What to do: Of the entries below, return exactly those lines that fall between the one containing "#123=IFCINDEXEDPOLYGONALFACE((1,2,4,3));" and the one containing "#128=IFCINDEXEDPOLYGONALFACE((5,7,8,6));", the two end lines included.

Data supplied:

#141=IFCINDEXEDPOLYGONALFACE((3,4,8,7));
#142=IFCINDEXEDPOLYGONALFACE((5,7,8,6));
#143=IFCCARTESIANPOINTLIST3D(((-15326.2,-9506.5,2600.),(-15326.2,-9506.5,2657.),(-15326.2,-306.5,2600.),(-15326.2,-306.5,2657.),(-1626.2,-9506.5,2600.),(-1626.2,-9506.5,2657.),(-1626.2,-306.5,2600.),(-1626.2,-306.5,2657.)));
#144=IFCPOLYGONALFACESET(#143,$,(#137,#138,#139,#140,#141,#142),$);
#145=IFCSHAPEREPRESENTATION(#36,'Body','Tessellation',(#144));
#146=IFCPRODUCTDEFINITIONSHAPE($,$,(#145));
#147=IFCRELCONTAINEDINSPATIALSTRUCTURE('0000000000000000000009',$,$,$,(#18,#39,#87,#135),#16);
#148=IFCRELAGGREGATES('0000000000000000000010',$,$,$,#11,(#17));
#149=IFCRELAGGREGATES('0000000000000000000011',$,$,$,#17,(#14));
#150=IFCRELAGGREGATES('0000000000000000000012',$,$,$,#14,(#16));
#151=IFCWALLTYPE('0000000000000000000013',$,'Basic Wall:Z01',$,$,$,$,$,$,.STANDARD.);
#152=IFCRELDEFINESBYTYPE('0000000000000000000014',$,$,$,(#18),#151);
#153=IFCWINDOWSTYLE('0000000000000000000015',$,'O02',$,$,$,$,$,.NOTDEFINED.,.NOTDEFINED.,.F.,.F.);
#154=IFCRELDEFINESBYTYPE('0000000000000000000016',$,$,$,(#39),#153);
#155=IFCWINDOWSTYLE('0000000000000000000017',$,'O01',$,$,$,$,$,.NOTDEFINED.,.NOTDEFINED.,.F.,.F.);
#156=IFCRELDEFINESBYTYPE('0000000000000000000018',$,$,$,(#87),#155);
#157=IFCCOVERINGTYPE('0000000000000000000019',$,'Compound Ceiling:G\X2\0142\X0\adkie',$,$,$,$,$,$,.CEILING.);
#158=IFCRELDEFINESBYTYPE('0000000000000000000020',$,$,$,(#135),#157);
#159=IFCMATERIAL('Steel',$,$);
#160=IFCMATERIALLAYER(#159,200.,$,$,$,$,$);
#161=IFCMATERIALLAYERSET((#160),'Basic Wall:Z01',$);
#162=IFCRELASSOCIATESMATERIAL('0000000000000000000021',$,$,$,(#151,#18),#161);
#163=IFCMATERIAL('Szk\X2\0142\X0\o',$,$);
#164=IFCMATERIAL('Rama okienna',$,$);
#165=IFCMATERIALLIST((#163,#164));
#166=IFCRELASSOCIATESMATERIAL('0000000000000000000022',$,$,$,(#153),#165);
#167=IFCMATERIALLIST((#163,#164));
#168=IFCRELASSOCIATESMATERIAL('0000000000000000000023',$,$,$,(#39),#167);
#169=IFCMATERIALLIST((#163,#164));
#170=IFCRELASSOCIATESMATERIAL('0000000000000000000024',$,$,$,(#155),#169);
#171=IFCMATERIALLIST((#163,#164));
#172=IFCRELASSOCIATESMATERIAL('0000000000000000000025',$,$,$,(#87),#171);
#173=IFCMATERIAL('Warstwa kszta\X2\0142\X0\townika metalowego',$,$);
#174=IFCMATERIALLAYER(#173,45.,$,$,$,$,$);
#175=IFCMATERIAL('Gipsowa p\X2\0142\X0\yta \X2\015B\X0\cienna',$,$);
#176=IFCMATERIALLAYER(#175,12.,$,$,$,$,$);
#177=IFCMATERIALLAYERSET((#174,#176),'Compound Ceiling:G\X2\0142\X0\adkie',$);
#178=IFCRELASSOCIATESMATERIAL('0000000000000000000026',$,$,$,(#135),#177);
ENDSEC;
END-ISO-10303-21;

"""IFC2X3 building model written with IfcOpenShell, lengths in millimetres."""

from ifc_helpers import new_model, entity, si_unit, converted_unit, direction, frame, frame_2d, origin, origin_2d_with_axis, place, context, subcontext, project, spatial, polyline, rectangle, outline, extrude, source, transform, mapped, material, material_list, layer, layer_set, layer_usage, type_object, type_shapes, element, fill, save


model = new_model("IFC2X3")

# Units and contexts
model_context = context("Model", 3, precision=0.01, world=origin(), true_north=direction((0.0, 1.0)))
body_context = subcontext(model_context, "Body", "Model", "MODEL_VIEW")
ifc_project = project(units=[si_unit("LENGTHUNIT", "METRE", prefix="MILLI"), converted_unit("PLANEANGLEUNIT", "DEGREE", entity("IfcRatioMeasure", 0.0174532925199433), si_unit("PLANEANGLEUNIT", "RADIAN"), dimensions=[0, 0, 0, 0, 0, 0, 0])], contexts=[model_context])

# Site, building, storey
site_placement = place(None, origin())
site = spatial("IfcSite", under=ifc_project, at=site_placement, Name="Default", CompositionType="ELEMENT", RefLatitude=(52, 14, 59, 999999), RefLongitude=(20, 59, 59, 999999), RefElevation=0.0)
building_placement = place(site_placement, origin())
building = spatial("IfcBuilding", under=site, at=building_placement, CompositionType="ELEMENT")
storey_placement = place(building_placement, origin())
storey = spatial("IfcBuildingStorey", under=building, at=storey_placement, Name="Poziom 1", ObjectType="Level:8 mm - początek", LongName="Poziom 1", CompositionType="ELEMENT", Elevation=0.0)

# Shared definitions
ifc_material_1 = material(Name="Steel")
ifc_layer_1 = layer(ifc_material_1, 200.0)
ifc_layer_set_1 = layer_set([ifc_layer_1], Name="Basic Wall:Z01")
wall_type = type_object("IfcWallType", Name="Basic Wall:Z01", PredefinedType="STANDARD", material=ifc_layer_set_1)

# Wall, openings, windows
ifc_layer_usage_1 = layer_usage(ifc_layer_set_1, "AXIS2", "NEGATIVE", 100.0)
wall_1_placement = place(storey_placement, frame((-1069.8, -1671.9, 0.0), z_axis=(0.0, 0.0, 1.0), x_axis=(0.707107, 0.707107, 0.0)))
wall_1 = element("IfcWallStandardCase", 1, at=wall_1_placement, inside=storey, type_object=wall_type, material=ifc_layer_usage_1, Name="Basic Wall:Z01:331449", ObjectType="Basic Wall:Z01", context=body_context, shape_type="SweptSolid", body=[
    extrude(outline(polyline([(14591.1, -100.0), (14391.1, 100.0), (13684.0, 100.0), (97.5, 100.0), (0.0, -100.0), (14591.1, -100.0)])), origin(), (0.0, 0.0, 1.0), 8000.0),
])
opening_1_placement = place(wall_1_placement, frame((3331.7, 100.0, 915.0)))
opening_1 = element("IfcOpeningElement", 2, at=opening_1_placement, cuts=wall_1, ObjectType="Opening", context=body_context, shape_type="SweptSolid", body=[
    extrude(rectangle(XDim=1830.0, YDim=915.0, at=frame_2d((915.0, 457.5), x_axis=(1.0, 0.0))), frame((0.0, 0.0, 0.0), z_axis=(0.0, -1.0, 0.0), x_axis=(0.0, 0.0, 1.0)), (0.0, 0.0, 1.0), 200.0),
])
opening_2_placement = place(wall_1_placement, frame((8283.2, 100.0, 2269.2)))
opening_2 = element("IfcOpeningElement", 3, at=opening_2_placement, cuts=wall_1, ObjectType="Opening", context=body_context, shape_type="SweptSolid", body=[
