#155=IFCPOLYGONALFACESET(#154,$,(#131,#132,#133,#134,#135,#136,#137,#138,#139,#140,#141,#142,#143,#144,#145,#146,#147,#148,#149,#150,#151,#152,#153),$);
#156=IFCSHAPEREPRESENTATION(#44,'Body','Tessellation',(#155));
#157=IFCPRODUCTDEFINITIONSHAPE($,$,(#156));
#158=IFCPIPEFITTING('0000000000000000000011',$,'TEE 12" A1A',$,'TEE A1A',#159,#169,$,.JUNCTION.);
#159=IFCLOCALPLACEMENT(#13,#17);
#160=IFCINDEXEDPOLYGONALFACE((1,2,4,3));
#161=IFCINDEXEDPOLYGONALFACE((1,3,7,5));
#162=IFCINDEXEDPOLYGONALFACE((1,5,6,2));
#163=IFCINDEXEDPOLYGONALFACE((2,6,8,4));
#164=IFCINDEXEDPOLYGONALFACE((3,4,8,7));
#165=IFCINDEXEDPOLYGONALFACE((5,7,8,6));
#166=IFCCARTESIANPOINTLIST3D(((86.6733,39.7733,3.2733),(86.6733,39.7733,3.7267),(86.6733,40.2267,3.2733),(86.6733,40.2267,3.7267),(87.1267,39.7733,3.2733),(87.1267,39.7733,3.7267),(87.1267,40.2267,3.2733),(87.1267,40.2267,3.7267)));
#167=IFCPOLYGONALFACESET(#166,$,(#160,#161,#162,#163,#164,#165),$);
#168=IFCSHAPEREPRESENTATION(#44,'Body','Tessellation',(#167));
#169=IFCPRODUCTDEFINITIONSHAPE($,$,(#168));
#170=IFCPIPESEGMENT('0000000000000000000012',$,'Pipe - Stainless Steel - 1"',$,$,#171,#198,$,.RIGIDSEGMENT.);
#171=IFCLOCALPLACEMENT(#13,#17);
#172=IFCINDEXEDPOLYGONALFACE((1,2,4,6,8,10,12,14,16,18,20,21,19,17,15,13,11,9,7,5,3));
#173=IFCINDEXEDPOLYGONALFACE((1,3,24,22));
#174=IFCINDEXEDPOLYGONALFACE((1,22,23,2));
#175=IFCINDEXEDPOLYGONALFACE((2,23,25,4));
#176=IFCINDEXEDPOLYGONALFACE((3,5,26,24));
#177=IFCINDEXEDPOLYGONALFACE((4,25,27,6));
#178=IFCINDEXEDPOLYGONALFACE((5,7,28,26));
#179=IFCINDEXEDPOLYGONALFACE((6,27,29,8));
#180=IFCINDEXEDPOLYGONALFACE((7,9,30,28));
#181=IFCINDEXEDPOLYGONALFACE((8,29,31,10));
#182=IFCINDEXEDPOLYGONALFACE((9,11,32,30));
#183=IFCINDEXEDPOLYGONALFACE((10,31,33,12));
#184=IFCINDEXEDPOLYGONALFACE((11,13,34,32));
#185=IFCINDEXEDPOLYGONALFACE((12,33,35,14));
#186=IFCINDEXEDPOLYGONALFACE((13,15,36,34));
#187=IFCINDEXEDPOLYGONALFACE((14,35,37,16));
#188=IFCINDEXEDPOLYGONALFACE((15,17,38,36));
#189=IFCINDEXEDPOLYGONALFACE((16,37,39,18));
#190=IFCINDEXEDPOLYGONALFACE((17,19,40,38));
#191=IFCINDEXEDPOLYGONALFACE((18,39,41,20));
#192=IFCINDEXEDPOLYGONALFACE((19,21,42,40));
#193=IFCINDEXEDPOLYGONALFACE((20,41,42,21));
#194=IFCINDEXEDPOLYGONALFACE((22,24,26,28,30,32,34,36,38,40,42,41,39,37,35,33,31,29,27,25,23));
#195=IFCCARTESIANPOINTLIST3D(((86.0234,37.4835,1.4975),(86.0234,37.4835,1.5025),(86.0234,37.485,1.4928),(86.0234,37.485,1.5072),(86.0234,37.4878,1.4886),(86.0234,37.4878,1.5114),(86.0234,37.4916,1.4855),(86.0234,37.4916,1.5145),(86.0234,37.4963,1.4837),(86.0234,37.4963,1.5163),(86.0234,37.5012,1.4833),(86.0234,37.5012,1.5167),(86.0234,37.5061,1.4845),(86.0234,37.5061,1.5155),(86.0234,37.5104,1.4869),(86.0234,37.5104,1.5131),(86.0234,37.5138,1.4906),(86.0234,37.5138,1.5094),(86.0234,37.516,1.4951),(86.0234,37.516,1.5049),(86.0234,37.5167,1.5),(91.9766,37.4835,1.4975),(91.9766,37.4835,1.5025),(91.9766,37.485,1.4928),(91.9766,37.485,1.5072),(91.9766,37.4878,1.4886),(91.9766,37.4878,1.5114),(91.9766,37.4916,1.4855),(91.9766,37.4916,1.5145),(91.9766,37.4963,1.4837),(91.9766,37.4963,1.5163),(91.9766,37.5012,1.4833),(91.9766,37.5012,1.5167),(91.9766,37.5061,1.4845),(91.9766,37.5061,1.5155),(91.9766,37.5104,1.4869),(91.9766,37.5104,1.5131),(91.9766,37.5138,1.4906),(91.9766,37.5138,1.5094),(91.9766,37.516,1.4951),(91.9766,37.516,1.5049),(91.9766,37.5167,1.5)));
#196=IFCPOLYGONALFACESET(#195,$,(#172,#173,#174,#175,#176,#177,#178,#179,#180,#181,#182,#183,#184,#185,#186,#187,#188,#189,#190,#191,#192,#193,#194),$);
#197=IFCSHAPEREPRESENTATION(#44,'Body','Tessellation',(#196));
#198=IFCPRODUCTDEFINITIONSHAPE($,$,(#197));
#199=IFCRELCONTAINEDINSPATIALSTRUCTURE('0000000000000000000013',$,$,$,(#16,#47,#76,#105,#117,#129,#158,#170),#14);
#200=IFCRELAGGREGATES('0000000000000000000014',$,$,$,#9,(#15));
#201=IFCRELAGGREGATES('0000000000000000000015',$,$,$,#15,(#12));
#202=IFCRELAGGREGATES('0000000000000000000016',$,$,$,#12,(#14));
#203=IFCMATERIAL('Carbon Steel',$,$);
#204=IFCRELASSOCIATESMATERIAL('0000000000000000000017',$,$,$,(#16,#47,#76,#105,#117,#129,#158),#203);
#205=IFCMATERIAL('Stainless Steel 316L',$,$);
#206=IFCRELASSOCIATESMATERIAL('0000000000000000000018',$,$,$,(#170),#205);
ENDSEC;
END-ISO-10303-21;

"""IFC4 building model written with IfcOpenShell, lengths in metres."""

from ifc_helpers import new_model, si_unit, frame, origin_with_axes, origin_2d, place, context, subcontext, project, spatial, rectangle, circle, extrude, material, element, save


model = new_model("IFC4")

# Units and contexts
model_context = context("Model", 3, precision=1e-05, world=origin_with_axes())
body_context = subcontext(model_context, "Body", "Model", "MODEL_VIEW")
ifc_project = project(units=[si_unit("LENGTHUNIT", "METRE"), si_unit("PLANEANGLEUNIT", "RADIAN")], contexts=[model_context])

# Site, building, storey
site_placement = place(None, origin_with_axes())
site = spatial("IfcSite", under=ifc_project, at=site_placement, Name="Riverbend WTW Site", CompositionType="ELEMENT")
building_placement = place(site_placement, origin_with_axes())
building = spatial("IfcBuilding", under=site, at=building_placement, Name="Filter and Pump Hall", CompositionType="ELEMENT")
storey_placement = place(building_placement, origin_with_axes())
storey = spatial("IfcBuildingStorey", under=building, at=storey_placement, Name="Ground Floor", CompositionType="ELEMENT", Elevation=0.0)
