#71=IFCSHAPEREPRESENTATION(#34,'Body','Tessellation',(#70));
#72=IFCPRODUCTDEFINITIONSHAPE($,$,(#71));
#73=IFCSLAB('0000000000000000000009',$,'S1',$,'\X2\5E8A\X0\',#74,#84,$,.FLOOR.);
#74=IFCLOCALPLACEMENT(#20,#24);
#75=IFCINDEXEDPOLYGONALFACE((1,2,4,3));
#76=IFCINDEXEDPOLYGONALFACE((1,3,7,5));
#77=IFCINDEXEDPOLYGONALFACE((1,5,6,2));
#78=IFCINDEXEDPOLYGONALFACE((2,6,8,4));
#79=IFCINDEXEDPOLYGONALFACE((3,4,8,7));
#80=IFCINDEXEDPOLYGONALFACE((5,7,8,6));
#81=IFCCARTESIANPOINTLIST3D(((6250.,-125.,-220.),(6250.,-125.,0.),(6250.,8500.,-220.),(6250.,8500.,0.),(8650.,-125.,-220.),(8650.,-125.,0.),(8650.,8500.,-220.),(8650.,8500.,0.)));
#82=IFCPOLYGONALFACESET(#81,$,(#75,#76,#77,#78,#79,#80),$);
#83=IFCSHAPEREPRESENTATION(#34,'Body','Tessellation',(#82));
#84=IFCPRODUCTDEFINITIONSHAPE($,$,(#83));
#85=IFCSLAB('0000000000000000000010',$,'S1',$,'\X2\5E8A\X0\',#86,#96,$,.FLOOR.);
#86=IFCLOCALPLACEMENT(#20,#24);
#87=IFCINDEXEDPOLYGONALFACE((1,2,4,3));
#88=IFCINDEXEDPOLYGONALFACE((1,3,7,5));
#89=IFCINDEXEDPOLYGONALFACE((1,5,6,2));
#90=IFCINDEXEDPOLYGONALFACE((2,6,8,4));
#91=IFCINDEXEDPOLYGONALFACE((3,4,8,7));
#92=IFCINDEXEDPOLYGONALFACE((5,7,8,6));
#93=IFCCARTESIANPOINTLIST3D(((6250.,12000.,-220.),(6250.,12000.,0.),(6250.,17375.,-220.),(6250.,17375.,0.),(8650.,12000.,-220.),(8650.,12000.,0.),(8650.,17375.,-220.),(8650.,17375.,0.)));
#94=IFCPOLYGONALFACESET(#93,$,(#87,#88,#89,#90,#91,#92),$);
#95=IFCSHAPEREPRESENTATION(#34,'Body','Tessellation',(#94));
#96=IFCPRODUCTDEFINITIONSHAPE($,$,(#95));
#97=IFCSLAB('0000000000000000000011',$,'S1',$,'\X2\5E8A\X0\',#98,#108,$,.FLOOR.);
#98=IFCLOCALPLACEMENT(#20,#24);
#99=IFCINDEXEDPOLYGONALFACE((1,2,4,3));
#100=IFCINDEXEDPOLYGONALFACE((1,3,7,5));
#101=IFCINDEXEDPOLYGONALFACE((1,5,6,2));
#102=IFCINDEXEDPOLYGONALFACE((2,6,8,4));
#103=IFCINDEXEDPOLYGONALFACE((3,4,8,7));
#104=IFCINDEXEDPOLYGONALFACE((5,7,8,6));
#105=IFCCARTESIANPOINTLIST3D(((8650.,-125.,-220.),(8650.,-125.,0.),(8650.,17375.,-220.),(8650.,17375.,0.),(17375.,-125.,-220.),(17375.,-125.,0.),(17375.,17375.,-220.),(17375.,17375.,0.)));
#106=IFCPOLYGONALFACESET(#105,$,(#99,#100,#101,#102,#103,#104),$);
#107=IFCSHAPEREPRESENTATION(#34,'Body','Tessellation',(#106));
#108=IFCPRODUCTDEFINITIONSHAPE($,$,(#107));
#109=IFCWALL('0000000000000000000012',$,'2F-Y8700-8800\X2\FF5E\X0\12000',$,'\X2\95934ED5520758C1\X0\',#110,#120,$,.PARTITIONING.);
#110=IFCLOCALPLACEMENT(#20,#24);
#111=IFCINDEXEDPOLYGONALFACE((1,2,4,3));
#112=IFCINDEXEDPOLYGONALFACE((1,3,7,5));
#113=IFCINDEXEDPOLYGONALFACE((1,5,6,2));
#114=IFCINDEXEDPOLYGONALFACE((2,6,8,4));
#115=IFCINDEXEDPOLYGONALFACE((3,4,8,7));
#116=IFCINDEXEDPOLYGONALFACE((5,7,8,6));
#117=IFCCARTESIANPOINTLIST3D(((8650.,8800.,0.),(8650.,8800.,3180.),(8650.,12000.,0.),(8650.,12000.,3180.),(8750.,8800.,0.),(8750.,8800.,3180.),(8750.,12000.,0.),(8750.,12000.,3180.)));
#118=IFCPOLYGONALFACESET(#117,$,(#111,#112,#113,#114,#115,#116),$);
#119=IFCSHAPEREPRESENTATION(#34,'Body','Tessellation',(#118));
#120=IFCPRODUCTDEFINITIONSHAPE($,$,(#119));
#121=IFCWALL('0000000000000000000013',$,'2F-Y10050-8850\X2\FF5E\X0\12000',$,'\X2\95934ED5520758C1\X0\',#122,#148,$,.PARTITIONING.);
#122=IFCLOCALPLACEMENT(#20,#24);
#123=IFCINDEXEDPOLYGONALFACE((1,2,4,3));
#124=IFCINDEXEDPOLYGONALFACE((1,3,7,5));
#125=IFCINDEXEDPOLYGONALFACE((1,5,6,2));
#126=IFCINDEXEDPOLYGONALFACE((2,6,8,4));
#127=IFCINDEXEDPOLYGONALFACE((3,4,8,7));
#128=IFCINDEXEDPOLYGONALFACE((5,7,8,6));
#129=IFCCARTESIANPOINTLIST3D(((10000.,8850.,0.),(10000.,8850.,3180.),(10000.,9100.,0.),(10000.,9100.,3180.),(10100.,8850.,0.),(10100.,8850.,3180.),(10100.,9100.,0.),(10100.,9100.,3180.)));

Your solution:
#123=IFCINDEXEDPOLYGONALFACE((1,2,4,3));
#124=IFCINDEXEDPOLYGONALFACE((1,3,7,5));
#125=IFCINDEXEDPOLYGONALFACE((1,5,6,2));
#126=IFCINDEXEDPOLYGONALFACE((2,6,8,4));
#127=IFCINDEXEDPOLYGONALFACE((3,4,8,7));
#128=IFCINDEXEDPOLYGONALFACE((5,7,8,6));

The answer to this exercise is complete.